The dataset that ChatGPT was trained on is particularly significant for the current study. While GPT-3 was trained on 45 TB of data (Zhou et al. 2023), ChatGPT – based on GPT-3.5 – received 300 billion lines of data as input (Hughes 2023). This involved using text databases from the internet, including 570 GB of information gathered from books, webtexts, Wikipedia entries, and other online texts (Hughes 2023). Because ChatGPT is trained on such a large corpus, it should be able to draw on a diverse range of sources. This vast and diverse knowledge base creates the opportunity to use ChatGPT or other LLMs as sources of information, as Rozado (2023:2) argues,

Future iterations of models evolved from ChatGPT will likely replace the Google search engine stack and will probably become our everyday digital assistants while being embedded in a variety of technological artifacts. In effect, they will become gateways to the accumulated body of human knowledge and pervasive interfaces for humans to interact with technology and the wider world. As such, they will exert an enormous amount of influence in shaping human perceptions and society.

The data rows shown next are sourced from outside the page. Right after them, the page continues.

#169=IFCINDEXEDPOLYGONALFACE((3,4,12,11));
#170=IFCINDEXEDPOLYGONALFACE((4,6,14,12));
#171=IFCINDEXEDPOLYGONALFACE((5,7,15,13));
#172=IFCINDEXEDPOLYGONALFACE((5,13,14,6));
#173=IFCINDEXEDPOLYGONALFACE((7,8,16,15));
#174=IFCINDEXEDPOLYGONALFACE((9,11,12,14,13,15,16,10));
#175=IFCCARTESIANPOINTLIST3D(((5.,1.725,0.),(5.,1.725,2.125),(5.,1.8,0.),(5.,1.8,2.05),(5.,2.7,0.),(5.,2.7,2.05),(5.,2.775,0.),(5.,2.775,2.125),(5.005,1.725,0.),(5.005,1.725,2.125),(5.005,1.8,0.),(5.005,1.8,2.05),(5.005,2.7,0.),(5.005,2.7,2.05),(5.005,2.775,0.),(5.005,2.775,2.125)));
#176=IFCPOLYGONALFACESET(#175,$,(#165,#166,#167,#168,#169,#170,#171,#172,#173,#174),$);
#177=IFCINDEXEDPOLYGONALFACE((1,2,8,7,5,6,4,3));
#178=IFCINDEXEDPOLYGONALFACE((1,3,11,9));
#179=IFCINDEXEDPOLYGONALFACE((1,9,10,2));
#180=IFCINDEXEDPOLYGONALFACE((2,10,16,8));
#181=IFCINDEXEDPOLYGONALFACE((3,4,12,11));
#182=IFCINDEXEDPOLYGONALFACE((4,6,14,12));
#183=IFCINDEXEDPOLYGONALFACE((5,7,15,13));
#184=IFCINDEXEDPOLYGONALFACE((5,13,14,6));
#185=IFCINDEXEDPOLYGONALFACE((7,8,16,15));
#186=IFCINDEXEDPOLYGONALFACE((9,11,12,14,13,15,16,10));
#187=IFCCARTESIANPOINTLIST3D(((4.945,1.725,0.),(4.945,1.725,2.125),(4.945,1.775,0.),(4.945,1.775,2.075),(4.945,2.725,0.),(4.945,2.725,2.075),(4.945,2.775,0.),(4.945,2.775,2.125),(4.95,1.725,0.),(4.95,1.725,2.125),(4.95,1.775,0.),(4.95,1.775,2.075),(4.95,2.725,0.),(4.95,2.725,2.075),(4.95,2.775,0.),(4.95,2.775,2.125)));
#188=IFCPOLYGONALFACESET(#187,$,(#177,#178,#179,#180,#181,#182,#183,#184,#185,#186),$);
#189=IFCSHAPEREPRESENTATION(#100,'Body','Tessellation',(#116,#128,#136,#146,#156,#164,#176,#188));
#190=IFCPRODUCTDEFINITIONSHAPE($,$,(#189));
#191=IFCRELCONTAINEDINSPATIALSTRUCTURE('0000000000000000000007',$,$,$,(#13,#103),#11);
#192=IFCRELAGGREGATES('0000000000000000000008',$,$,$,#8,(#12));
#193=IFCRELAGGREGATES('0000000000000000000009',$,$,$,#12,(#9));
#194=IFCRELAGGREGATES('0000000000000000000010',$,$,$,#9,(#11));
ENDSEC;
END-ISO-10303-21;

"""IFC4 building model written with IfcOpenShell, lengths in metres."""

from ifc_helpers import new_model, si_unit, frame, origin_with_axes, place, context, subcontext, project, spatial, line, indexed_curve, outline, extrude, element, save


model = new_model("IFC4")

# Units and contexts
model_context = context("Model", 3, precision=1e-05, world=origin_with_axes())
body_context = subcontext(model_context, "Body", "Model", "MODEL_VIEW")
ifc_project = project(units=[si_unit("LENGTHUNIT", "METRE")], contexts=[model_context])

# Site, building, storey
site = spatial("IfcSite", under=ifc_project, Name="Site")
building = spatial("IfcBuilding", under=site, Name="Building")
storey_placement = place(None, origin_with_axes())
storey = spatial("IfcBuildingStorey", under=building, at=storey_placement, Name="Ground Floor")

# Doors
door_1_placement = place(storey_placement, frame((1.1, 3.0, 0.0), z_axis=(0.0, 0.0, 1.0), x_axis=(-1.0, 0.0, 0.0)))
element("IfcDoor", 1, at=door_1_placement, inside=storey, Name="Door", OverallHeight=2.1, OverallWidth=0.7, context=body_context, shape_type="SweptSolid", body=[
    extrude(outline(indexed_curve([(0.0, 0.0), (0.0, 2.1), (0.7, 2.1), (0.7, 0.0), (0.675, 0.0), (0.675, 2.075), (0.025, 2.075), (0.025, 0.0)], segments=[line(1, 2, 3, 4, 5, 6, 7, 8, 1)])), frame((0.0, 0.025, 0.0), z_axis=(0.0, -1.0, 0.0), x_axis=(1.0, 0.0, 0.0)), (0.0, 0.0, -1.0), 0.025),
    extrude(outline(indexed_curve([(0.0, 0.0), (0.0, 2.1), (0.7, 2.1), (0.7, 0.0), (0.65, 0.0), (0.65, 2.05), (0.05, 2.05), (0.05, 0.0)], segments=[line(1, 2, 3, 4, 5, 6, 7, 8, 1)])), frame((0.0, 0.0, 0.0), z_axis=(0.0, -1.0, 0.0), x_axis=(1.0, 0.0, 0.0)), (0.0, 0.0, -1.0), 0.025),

ChatGPT is programmed to avoid disseminating false information and relies on a catalogue of sources that its creators consider to be trustworthy (Bang et al. 2023; Quinn 2023). According to Lin, Hilton and Evans (2021), generating false information is a frequent issue with LLMs, and the issue is exacerbated with larger models. The authors advise fine-tuning the model, which ChatGPT did by utilising the aforementioned reinforcement learning and user input. Bang et al. (2023) and Guo et al. (2023) nevertheless note ChatGPT’s tendency to hallucinate, i.e. generate text that sounds plausible but contain factually incorrect information. Borji (2023) also states, “It is important to exercise caution when using language models like LLMs as they have only acquired a limited and superficial understanding of human knowledge and may not provide accurate factual information.” Nevertheless, ChatGPT’s responses have been found to be accurate in a variety of domains (Gilson et al. 2022; Kung et al. 2022; Johnson et al. 2023; Sallam et al. 2023).

A major concern with LLMs is that they may be biassed, especially towards minorities. Borji (2023) voices specific concern in this regard,

One of the primary ethical concerns surrounding the use of ChatGPT is the presence of biases in the training data. Since the model’s training relies on a vast corpus of text, any biases present in the data can manifest in the output, leading to erroneous and unjust results, especially for marginalized communities.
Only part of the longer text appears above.